* _Exercise aim_: The answer should consist of each line from the data below that includes "IFCRELDEFINESBYTYPE".

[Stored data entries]
◆ ◆ ◆ ◆ ◆
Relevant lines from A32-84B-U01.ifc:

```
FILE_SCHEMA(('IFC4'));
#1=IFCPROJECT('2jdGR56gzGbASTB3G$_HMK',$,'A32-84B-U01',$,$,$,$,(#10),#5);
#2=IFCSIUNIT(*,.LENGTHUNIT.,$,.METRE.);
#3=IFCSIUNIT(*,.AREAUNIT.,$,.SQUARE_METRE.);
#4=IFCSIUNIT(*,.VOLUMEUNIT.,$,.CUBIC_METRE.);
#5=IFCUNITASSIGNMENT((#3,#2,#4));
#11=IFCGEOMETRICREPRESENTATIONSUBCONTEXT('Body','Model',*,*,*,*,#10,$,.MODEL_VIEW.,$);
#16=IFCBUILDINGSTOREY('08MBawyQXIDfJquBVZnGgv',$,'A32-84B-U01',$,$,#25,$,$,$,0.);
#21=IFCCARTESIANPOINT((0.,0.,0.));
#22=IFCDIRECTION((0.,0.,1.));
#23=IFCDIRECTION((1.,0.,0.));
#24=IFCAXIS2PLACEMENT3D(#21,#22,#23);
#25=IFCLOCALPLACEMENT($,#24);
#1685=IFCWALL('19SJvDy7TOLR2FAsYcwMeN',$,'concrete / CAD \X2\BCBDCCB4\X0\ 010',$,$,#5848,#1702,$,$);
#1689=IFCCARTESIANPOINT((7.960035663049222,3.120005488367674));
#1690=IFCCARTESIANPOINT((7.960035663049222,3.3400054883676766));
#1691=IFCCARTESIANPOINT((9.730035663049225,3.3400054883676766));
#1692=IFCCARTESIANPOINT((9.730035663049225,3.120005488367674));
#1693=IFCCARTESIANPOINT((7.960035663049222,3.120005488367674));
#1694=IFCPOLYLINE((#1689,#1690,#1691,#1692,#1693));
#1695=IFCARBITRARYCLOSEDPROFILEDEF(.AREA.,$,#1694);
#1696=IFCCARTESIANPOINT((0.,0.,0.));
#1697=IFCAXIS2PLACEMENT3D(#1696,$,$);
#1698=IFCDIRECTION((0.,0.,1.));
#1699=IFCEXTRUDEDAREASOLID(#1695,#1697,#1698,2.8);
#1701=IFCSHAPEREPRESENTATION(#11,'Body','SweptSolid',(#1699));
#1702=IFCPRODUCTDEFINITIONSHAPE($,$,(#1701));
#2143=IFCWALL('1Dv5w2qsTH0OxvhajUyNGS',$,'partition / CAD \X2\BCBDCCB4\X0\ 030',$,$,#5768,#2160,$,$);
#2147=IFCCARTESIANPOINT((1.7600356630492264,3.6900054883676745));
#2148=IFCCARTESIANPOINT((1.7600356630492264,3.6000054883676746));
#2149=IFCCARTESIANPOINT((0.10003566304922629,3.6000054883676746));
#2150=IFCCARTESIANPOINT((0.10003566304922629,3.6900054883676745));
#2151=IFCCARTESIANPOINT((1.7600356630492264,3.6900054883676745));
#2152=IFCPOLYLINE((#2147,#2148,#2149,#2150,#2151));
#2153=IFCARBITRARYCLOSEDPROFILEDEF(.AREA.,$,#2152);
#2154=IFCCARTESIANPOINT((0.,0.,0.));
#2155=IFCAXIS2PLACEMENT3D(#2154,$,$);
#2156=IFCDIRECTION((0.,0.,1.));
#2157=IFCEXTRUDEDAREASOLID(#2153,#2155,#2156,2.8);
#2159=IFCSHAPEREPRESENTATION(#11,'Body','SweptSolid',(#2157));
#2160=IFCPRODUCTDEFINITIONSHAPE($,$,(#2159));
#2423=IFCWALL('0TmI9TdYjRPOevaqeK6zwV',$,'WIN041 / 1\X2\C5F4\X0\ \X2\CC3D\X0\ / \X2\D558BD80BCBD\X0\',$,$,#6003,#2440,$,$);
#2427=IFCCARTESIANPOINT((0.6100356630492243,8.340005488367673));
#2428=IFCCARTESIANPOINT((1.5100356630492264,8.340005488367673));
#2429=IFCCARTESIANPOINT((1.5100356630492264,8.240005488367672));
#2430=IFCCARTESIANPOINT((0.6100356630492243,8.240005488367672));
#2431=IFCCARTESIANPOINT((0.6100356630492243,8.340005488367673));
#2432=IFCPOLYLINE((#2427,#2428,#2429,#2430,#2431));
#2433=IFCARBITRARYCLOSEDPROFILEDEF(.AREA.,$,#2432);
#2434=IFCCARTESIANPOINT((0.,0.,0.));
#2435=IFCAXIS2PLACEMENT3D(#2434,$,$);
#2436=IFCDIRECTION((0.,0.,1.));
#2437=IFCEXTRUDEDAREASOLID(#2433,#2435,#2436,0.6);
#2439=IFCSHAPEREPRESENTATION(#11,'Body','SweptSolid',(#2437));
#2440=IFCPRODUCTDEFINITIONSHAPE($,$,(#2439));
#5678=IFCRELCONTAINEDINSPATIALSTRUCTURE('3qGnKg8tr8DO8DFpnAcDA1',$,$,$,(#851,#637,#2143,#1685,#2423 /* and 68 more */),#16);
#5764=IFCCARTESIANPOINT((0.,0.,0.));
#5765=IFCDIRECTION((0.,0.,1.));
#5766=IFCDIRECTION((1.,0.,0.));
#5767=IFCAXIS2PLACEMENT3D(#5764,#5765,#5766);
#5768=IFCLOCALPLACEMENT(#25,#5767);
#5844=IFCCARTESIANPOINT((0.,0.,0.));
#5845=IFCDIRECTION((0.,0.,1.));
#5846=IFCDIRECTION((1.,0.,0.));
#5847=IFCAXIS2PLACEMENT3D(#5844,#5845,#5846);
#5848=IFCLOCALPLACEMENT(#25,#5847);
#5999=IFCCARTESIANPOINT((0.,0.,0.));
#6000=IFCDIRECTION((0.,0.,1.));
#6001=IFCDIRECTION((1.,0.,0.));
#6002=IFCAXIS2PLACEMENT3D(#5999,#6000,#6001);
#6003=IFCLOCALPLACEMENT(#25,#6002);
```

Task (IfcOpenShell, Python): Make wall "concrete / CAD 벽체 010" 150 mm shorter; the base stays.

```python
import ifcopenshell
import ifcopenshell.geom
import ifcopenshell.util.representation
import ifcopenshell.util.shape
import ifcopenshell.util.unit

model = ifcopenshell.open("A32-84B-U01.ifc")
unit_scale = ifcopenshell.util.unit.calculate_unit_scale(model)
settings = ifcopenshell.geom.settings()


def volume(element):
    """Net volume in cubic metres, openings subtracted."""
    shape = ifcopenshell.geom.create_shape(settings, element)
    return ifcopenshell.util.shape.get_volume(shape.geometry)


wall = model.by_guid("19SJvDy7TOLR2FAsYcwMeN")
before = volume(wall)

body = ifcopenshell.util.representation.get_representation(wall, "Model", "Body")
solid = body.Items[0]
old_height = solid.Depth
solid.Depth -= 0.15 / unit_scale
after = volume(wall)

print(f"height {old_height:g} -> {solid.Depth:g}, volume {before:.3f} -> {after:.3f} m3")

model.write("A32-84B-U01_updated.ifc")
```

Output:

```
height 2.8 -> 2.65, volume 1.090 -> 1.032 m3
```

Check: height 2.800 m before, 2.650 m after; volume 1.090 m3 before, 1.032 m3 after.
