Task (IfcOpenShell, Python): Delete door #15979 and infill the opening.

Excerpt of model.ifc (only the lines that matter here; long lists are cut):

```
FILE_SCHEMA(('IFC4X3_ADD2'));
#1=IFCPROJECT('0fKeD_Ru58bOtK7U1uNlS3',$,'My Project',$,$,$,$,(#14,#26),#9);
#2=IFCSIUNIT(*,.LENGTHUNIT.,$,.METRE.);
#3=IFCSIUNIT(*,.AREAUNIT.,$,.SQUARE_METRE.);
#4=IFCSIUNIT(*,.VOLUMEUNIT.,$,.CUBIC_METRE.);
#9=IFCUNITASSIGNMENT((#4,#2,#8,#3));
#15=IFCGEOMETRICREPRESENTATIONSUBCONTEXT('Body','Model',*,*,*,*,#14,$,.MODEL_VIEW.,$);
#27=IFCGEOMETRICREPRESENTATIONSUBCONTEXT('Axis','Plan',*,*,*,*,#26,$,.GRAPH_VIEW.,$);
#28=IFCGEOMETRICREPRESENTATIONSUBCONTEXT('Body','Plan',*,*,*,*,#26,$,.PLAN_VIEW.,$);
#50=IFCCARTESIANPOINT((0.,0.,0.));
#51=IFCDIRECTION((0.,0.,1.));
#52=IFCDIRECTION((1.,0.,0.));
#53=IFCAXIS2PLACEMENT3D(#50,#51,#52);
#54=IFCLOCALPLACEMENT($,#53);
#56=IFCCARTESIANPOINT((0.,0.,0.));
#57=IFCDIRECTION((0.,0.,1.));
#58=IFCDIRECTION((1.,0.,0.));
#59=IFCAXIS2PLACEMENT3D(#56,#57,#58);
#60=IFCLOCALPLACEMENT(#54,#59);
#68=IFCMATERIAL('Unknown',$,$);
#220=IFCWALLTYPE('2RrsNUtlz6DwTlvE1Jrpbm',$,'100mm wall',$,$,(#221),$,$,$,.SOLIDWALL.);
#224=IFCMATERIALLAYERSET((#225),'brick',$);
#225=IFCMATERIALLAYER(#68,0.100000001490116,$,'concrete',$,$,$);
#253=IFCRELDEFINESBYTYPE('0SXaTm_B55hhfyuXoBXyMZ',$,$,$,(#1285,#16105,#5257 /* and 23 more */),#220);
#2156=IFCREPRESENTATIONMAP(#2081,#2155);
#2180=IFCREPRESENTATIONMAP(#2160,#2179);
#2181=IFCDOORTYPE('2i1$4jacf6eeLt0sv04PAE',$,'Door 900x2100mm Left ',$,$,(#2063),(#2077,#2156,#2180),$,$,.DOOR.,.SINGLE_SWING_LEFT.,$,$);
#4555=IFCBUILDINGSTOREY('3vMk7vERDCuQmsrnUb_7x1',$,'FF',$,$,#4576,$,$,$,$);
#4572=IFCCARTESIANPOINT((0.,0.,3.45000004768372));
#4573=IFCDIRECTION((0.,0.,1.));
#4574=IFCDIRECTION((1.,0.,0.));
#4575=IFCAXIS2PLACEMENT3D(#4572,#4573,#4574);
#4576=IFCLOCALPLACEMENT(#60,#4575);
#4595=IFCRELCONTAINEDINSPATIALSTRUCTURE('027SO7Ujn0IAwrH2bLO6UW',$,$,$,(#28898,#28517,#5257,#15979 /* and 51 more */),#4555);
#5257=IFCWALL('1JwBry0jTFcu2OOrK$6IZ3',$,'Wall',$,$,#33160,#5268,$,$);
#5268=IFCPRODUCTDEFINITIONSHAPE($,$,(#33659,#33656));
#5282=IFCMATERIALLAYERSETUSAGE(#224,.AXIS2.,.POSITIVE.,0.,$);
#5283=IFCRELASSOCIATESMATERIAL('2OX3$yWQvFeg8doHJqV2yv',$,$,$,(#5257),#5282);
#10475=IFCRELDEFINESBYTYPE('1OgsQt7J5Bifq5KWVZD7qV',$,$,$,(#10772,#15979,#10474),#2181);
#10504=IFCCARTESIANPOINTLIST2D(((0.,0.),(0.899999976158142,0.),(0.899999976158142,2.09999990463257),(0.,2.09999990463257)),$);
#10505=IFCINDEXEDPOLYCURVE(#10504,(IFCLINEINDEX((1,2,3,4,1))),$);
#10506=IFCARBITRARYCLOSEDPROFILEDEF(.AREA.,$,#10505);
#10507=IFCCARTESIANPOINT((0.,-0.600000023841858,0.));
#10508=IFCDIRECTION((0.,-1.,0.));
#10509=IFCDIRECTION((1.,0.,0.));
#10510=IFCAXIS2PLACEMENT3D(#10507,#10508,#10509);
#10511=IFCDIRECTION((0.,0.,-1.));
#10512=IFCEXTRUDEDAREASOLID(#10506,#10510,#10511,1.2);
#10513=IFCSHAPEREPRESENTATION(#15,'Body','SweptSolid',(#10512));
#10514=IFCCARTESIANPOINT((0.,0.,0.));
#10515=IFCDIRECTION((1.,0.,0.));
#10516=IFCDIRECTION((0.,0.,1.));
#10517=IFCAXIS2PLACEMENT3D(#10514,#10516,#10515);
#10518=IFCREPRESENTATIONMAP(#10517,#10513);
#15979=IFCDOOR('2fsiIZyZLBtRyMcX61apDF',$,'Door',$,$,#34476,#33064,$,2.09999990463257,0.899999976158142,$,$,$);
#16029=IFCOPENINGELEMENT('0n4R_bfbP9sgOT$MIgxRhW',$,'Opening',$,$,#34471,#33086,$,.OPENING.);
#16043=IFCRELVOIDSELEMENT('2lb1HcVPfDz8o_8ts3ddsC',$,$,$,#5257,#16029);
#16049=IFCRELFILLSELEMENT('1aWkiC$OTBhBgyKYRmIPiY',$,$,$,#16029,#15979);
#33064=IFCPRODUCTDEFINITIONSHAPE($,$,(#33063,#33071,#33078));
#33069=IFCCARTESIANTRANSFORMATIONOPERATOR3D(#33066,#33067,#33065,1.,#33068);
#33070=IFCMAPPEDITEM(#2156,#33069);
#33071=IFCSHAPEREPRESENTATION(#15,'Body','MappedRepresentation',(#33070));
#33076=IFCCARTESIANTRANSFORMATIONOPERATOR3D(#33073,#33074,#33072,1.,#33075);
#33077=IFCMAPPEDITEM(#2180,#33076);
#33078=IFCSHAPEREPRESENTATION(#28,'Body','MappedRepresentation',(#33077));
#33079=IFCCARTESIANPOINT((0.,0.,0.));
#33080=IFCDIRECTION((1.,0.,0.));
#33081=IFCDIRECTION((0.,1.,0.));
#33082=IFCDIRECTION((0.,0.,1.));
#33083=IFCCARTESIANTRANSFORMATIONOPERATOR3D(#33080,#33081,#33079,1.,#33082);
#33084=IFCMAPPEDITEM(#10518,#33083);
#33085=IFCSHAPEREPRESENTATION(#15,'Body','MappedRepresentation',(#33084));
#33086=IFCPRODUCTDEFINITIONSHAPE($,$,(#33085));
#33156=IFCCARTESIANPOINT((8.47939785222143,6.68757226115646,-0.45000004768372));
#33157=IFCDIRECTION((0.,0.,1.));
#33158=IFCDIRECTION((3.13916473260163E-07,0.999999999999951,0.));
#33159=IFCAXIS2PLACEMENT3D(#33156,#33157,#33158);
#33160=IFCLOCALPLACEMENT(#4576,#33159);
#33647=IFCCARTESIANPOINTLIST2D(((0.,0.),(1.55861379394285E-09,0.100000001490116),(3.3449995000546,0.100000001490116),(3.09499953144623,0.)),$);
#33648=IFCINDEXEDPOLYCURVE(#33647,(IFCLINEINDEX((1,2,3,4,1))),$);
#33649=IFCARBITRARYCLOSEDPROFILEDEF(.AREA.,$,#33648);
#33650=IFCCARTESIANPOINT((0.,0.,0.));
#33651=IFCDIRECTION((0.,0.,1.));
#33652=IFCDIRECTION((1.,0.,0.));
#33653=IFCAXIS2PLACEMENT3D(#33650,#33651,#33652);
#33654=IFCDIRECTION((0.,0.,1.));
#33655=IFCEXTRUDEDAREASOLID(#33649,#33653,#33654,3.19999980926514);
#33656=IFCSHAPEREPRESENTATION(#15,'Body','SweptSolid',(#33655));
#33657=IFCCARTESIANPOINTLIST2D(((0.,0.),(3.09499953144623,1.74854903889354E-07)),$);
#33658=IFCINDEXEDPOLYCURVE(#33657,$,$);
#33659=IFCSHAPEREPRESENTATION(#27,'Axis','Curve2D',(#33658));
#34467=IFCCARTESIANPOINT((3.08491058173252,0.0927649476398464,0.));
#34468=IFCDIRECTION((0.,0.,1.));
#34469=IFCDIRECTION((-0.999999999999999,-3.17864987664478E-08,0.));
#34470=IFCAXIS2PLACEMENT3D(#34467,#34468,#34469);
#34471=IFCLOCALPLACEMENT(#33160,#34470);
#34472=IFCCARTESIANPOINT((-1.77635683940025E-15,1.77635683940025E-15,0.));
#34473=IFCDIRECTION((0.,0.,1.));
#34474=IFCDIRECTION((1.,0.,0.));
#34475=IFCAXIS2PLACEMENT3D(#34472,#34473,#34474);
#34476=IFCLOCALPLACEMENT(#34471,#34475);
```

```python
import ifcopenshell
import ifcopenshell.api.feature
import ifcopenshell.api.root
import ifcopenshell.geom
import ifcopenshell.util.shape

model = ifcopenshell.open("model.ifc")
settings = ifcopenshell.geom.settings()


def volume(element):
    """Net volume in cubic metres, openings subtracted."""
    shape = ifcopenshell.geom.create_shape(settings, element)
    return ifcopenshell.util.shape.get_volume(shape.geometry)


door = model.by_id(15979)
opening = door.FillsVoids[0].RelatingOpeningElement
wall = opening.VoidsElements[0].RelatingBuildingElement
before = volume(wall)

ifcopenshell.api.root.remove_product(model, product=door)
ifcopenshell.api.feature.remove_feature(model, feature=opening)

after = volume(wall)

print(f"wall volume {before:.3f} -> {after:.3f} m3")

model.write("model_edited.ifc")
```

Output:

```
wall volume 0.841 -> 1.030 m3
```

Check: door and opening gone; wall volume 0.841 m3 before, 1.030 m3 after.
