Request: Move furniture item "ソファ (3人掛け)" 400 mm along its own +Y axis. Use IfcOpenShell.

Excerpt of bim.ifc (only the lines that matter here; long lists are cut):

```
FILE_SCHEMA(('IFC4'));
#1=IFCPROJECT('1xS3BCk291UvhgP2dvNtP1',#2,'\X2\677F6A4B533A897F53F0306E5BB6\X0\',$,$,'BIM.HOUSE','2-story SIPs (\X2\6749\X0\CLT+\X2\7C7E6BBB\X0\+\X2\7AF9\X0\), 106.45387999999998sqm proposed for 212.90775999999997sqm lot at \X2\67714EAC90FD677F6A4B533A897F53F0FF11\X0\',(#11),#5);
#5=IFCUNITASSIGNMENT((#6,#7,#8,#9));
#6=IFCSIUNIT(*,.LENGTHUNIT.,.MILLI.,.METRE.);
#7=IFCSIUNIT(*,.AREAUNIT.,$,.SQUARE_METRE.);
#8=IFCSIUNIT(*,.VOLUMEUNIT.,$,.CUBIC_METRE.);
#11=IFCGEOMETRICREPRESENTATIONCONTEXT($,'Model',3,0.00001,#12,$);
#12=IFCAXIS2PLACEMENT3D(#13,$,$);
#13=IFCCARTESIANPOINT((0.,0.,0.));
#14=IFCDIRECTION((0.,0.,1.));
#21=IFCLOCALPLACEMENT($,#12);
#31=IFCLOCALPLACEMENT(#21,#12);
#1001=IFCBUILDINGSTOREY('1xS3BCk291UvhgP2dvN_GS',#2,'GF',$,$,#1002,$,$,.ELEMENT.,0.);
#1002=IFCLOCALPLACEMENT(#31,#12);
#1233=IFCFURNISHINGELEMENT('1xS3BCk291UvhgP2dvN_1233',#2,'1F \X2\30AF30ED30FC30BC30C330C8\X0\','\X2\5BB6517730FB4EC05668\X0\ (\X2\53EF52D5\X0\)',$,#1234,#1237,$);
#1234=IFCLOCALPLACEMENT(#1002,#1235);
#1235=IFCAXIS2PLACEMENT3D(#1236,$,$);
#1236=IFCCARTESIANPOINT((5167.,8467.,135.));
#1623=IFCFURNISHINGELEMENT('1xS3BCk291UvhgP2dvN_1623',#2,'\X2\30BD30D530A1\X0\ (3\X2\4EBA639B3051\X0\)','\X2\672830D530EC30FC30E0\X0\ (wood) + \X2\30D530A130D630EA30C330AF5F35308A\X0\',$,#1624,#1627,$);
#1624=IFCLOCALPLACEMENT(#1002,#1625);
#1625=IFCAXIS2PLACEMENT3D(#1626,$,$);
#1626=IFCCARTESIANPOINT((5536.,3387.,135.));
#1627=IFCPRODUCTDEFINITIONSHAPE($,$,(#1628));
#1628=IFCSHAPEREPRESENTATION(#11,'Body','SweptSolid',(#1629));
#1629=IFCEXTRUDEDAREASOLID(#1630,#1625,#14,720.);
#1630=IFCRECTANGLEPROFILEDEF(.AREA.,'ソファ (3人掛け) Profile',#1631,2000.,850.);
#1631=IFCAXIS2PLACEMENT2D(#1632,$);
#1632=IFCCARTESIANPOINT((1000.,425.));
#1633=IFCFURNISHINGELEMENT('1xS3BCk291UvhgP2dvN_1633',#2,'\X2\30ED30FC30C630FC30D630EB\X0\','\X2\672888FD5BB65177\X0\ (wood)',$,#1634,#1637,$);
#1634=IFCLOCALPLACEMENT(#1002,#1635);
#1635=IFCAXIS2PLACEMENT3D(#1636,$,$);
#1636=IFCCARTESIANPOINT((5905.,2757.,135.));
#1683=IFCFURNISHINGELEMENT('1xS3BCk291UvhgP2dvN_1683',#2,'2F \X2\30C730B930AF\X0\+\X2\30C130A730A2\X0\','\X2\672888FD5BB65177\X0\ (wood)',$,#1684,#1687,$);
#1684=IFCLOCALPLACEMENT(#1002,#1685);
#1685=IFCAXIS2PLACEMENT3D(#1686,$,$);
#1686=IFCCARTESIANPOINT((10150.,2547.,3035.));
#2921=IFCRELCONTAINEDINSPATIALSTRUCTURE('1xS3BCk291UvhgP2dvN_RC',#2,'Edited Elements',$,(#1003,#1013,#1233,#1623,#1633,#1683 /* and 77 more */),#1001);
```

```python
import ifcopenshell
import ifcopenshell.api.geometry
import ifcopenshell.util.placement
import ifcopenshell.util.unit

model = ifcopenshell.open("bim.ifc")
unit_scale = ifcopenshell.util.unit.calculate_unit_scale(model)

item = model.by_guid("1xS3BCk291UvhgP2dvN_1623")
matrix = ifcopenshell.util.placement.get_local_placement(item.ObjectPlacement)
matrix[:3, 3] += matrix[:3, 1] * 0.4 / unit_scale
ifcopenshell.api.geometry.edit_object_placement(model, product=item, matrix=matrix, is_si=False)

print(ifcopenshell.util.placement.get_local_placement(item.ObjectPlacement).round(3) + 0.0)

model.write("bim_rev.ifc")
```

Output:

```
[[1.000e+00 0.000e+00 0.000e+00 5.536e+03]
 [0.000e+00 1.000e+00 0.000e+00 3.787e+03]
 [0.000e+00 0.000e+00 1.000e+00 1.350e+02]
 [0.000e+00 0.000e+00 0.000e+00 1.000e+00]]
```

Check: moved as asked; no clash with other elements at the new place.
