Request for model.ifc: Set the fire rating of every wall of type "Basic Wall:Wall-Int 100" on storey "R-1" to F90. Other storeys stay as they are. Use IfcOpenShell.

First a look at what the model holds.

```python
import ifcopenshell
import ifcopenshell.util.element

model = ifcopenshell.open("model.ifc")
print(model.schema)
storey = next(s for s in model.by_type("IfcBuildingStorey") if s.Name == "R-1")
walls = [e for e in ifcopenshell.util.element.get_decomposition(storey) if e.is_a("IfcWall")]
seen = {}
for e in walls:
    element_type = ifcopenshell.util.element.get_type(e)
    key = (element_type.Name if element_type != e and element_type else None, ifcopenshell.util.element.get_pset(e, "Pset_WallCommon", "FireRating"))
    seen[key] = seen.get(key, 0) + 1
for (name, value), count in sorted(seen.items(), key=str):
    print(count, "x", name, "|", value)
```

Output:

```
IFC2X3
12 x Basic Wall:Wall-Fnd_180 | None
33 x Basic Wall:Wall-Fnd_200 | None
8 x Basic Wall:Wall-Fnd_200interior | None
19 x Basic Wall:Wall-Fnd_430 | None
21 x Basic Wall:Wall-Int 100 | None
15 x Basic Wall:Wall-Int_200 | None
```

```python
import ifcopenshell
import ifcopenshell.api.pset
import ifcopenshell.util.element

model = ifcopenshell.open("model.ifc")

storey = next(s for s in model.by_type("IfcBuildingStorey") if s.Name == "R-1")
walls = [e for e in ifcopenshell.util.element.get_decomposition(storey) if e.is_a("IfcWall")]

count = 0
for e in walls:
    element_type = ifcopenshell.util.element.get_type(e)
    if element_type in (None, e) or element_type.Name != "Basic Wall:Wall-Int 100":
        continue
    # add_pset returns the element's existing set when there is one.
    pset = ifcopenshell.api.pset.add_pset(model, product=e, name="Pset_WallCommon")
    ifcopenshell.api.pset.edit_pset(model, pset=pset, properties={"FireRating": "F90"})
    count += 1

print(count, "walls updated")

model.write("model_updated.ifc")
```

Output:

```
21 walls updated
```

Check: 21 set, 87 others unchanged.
◆ ◆ ◆ ◆ ◆
* _Answer to this task_:
#253=IFCRELDEFINESBYTYPE('0SXaTm_B55hhfyuXoBXyMZ',$,$,$,(#1285,#16105,#5257 /* and 23 more */),#220);
#10475=IFCRELDEFINESBYTYPE('1OgsQt7J5Bifq5KWVZD7qV',$,$,$,(#10772,#15979,#10474),#2181);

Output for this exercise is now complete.